You should tell that Intel then, because that's they also use "IPC" in that way:
"broad workload mixture"
"FPS per clock." does not give you information about the architecture.
"FPS per clock per core" would result in an IPC-like result, but because FPS are integer values, it would not be accurate enough!
CPUs are not GPUs. It is not a 1 to 1 comparison.
FPS per clock doesn't give you information about the architecture by design... You're not getting it. You are drawing conclusions you cannot draw. You DONT know the IPC of a shader core or of any other individual compute unit in the GPU. You CANT know it from the data you are claiming shows IPC. GPUs are BY THEIR NATURE highly parallel. Occupancy is as important or more important than per-shader speed. FPS per clock doesn't pretend to know things it doesn't know.
When you measure "IPC" how do you know its due to a faster shader core or if its due to better scheduling and occupancy? Answer: You don't.
Notice Intel is talking about their CPU core (a single core). Not greater multithreading across all present cores (= higher occupancy). Not increased bandwidth. Not any other bottleneck. Your measurement that you think is IPC includes occupancy bottlenecks, fixed function logic bottlenecks, memory bottlenecks and more. You are NOT measuring IPC, period. Intel doesn't compute their IPC looking at how well they can fill every thread on every core in their architecture, that's obviously not IPC.
Repeat after me: Higher Occupancy is Not Higher IPC. Higher Occupancy is Higher Throughput. Higher Concurrency is Higher Throughput.
Lets put this another way to make it extra clear:
Imagine the GPU is a server farm made up of 128 individual CPU cores. If you test that server farm with a program that measures how fast 1 core in 1 CPU can go that doesn't require hitting memory or storage, you have measured the IPC of that 1 core in 1 CPU. If you put a highly scalable load that scales to 128 cores against that server, you are not measuring IPC. You are measuring total throughput. Read the recent Xeon D vs Cavium ThunderX review to understand the idea. IPC factors in. But equally or more so does: thread scheduling, how parallel the workload is, how much bandwidth you need, etc. A higher throughput machine can beat a higher IPC machine, which is obvious.
If you used an old 4P server with very poor inter-socket communication you would NOT say that each core has lower IPC versus a single socket of the same CPU just because it has lower total throughput per core (total performance divided by # of cores). The CPUs are the same. They have the same IPC. Dividing performance by core count did not reveal the IPC. It revealed total throughput (specifically, it would help measure scaling inefficiency as socket count goes up). When you use a Xeon Phi which has much better intercore communication performance as compared to a similar number of Xeon CPUs, you don't claim the Xeon Phi has better IPC. There is more to throughput and performance than IPC. And in a workload that is not dependent on low latency and intercore communication, the non-phi Xeon array would likely go faster due to its higher IPC. But it also could be slower in the right workload. The modified Silvermont core's IPC didnt change between workloads. Other bottlenecks arose and reduced TOTAL THROUGHPUT.

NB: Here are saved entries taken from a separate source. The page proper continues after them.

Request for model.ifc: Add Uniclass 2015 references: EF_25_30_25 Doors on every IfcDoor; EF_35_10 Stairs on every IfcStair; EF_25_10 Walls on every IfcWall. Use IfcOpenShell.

First a look at what the model holds.

```python
import ifcopenshell

model = ifcopenshell.open("model.ifc")
print(model.schema)
print("classifications:", [c.Name for c in model.by_type("IfcClassification")])
for ifc_class in ("IfcDoor", "IfcRoof", "IfcStair", "IfcWall", "IfcWindow"):
    print(ifc_class, len(model.by_type(ifc_class)))
```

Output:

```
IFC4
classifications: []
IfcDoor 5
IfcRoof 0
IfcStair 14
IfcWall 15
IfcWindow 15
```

```python
import ifcopenshell
import ifcopenshell.api.classification

model = ifcopenshell.open("model.ifc")

system = ifcopenshell.api.classification.add_classification(model, classification="Uniclass 2015")

codes = {
    "IfcDoor": ("EF_25_30_25", "Doors"),
    "IfcStair": ("EF_35_10", "Stairs"),
    "IfcWall": ("EF_25_10", "Walls"),
}
for ifc_class, (code, name) in codes.items():
    products = model.by_type(ifc_class)
    ifcopenshell.api.classification.add_reference(
        model, products=products, classification=system, identification=code, name=name
    )
    print(code, len(products))

model.write("model_v2.ifc")
```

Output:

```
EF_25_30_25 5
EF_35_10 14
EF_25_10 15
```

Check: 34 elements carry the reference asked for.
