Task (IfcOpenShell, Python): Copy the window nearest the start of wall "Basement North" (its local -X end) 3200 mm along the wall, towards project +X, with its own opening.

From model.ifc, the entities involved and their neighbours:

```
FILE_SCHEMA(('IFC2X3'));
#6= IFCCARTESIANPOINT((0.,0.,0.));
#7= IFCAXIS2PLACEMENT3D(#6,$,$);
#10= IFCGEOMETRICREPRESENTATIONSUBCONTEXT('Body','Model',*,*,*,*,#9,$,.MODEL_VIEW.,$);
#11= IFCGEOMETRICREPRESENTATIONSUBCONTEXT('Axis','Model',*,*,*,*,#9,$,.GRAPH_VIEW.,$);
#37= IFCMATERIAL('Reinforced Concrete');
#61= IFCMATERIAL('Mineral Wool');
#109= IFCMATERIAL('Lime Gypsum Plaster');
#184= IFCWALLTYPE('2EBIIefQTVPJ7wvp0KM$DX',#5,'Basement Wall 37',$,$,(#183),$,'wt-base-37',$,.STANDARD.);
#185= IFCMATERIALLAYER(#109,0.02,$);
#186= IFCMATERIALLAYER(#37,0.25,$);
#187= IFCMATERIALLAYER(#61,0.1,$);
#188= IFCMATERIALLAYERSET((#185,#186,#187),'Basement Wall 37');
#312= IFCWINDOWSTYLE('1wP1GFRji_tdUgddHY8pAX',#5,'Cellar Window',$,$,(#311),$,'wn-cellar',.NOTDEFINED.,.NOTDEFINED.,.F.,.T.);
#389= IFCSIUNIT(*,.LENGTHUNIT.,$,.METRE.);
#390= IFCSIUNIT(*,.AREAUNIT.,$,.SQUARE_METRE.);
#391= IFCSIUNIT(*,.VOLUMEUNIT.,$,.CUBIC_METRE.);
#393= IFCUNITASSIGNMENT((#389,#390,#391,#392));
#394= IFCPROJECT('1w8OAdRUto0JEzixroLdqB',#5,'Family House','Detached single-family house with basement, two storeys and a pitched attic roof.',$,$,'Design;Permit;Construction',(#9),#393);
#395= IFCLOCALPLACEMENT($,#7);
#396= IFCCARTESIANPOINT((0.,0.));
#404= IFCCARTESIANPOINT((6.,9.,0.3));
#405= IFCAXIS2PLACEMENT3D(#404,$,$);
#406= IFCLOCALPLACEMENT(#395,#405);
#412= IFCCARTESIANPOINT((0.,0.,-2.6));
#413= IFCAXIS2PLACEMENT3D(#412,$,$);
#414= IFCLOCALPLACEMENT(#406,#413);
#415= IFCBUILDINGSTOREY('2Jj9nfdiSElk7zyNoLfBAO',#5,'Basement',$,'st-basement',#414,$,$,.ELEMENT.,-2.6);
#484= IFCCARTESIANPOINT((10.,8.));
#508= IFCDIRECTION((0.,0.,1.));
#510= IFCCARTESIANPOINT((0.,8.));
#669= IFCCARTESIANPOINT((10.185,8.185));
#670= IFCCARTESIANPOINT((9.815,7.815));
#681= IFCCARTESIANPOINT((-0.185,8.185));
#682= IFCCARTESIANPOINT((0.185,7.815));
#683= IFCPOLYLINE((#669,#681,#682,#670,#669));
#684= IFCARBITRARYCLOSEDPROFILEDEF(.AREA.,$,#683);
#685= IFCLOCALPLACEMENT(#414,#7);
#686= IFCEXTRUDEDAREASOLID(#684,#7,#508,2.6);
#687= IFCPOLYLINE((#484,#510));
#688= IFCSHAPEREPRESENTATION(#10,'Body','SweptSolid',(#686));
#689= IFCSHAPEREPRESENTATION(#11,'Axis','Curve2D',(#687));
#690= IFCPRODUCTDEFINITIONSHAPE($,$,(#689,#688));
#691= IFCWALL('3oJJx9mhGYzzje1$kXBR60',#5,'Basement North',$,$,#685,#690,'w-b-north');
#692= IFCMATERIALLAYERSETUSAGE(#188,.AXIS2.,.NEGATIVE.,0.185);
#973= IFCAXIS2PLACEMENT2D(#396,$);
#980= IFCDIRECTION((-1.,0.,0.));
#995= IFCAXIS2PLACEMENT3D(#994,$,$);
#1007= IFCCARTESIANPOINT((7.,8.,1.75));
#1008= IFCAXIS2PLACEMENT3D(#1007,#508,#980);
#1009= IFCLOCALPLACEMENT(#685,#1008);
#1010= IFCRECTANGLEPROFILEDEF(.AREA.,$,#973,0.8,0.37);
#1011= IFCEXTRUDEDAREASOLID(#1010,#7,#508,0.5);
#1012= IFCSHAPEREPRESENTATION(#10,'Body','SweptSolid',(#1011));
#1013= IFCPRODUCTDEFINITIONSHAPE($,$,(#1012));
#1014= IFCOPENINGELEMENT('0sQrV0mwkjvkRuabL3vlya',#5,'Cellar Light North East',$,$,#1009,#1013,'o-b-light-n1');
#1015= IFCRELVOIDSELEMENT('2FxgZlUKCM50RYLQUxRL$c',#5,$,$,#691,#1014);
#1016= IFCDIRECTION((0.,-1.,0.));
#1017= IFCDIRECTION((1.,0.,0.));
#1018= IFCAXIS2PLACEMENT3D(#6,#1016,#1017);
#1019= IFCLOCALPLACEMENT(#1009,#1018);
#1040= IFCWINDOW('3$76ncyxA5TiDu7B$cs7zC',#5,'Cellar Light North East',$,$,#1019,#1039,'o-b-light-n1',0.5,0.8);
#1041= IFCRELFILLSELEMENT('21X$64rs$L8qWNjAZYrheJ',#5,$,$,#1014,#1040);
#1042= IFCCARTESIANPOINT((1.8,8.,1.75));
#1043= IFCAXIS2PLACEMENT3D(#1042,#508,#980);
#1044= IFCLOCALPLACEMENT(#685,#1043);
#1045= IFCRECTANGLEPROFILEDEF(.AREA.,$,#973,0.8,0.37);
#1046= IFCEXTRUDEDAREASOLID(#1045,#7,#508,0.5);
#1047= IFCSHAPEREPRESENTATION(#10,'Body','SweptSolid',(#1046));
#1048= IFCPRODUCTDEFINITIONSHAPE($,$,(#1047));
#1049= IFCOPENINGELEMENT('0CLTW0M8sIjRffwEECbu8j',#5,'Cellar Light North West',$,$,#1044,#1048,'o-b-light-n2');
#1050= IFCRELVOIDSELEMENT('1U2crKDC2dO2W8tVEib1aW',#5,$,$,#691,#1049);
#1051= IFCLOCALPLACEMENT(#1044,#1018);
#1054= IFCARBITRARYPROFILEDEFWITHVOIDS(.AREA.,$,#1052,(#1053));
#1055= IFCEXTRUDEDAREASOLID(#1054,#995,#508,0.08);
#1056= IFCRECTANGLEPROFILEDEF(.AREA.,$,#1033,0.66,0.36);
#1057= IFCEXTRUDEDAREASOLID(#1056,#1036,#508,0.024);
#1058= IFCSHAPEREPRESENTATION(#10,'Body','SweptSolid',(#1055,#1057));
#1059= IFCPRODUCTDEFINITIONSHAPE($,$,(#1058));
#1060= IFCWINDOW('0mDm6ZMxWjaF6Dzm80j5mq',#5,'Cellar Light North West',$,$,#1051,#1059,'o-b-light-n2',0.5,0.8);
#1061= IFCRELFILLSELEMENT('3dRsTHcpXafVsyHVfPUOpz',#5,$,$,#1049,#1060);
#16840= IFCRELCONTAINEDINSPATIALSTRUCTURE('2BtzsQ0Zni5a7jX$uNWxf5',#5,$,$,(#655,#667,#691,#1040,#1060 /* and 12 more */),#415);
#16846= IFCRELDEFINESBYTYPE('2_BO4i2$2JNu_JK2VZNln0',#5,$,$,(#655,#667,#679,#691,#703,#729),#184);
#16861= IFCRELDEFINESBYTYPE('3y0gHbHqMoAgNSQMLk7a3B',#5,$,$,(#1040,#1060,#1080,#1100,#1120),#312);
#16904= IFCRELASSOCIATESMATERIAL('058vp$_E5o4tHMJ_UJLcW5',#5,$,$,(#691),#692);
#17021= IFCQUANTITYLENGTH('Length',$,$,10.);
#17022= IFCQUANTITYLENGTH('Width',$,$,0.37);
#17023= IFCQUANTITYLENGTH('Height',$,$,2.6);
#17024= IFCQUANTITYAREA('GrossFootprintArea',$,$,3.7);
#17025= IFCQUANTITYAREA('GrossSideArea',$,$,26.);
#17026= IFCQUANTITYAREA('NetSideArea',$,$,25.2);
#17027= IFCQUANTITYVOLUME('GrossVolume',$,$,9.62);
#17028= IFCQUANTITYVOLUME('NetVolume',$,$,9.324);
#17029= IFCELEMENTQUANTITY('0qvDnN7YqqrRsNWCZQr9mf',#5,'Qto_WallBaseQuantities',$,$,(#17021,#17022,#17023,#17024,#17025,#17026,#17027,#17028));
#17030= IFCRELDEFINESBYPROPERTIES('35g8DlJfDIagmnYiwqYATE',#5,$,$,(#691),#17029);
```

```python
import ifcopenshell
import ifcopenshell.api.feature
import ifcopenshell.api.geometry
import ifcopenshell.api.pset
import ifcopenshell.api.root
import ifcopenshell.geom
import ifcopenshell.util.element
import ifcopenshell.util.placement
import ifcopenshell.util.shape
import ifcopenshell.util.unit

model = ifcopenshell.open("model.ifc")
unit_scale = ifcopenshell.util.unit.calculate_unit_scale(model)
area_scale = ifcopenshell.util.unit.calculate_unit_scale(model, "AREAUNIT")
volume_scale = ifcopenshell.util.unit.calculate_unit_scale(model, "VOLUMEUNIT")
settings = ifcopenshell.geom.settings()


def volume(element):
    """Net volume in cubic metres, openings subtracted."""
    shape = ifcopenshell.geom.create_shape(settings, element)
    return ifcopenshell.util.shape.get_volume(shape.geometry)


def reuse_history(source, copy):
    """copy_class also copies each property set's owner history, people and application; keep the originals."""
    for rel in copy.IsDefinedBy:
        if rel.is_a("IfcRelDefinesByProperties") and (history := rel.RelatingPropertyDefinition.OwnerHistory):
            rel.RelatingPropertyDefinition.OwnerHistory = source.OwnerHistory
            ifcopenshell.util.element.remove_deep2(model, history)


window = model.by_guid("0mDm6ZMxWjaF6Dzm80j5mq")
opening = window.FillsVoids[0].RelatingOpeningElement
wall = opening.VoidsElements[0].RelatingBuildingElement
before = volume(wall)
shift = ifcopenshell.util.placement.get_local_placement(wall.ObjectPlacement)[:3, 0] * 3.2 / unit_scale

# copy_class copies the void relationship, type, container and properties, but no geometry.
new_opening = ifcopenshell.api.root.copy_class(model, product=opening)
new_opening.Representation = ifcopenshell.util.element.copy_deep(
    model, opening.Representation, exclude=["IfcGeometricRepresentationContext", "IfcRepresentationMap"]
)
new_opening.Tag = None
new_window = ifcopenshell.api.root.copy_class(model, product=window)
new_window.Representation = ifcopenshell.util.element.copy_deep(
    model, window.Representation, exclude=["IfcGeometricRepresentationContext", "IfcRepresentationMap"]
)
new_window.Tag = None
reuse_history(window, new_window)
fills = ifcopenshell.api.feature.add_filling(model, opening=new_opening, element=new_window)
fills.OwnerHistory = new_window.OwnerHistory  # required in IFC2X3

for old, new in ((opening, new_opening), (window, new_window)):
    matrix = ifcopenshell.util.placement.get_local_placement(old.ObjectPlacement)
    matrix[:3, 3] += shift
    ifcopenshell.api.geometry.edit_object_placement(model, product=new, matrix=matrix, is_si=False)

after = volume(wall)
thickness = 0.37  # wall thickness in metres

# Update the wall's stored quantities.
qto = model.by_id(ifcopenshell.util.element.get_pset(wall, "Qto_WallBaseQuantities", should_inherit=False)["id"])
ifcopenshell.api.pset.edit_qto(model, qto=qto, properties={
    "NetSideArea": after / thickness / area_scale,
    "NetVolume": after / volume_scale,
})

print(f"wall volume {before:.3f} -> {after:.3f} m3")

model.write("model_edited.ifc")
```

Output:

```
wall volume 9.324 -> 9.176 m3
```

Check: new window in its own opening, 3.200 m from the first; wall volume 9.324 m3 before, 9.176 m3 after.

Notice in that review that certain CPUs even those having MORE IPC actually do worse because they have other bottlenecks like insufficient RAM or bandwidth. This is like a GPU, where consistently filling each queue with work (CONCURRENCY) without running into bottlenecks is as important as ensuring each single queue can execute the work quickly (IPC).
To bring this to the topic of the thread: We don't know Pascals IPC despite how fervently people try to act like they do. Each core likely does exactly the same amount of work. The structural changes from Maxwell to Pascal likely result in increased occupancy so that each unit has work more often. Im just speculating, and so is everyone else. The data only shows how many FPS can be produced with every clock. Or if you divide FPS by shader count, then by clock you have FPS per shader per cycle. Without better testing or better data we will never know if it is because each individual computational unit is faster or if it is because they've increased occupancy, or if its that they've decreased latencies in the chip fabric or any of the other intricacies involved in getting thousands of compute units to work together. If you want to call FPS per shader per cycle "IPC" no one can stop you but it's not going to be correct.
By your definition: Run 2 cards in SLI with 80% scaling. Divide total FPS by core count by shader count. Oh my god, My IPC goes down in SLI.
By correct definitions: Run 2 cards in SLI with 80% scaling. Divide total FPS by core count by shader count. Wow, looks like my total throughput per card and per shader decreased in SLI, since I know IPC doesn't change based on scaling inefficiencies, I know my bottleneck is from SLI.
There is no avoiding that work division and scheduling are major determinants of performance in a parallel computation, and that IPC is separate from that.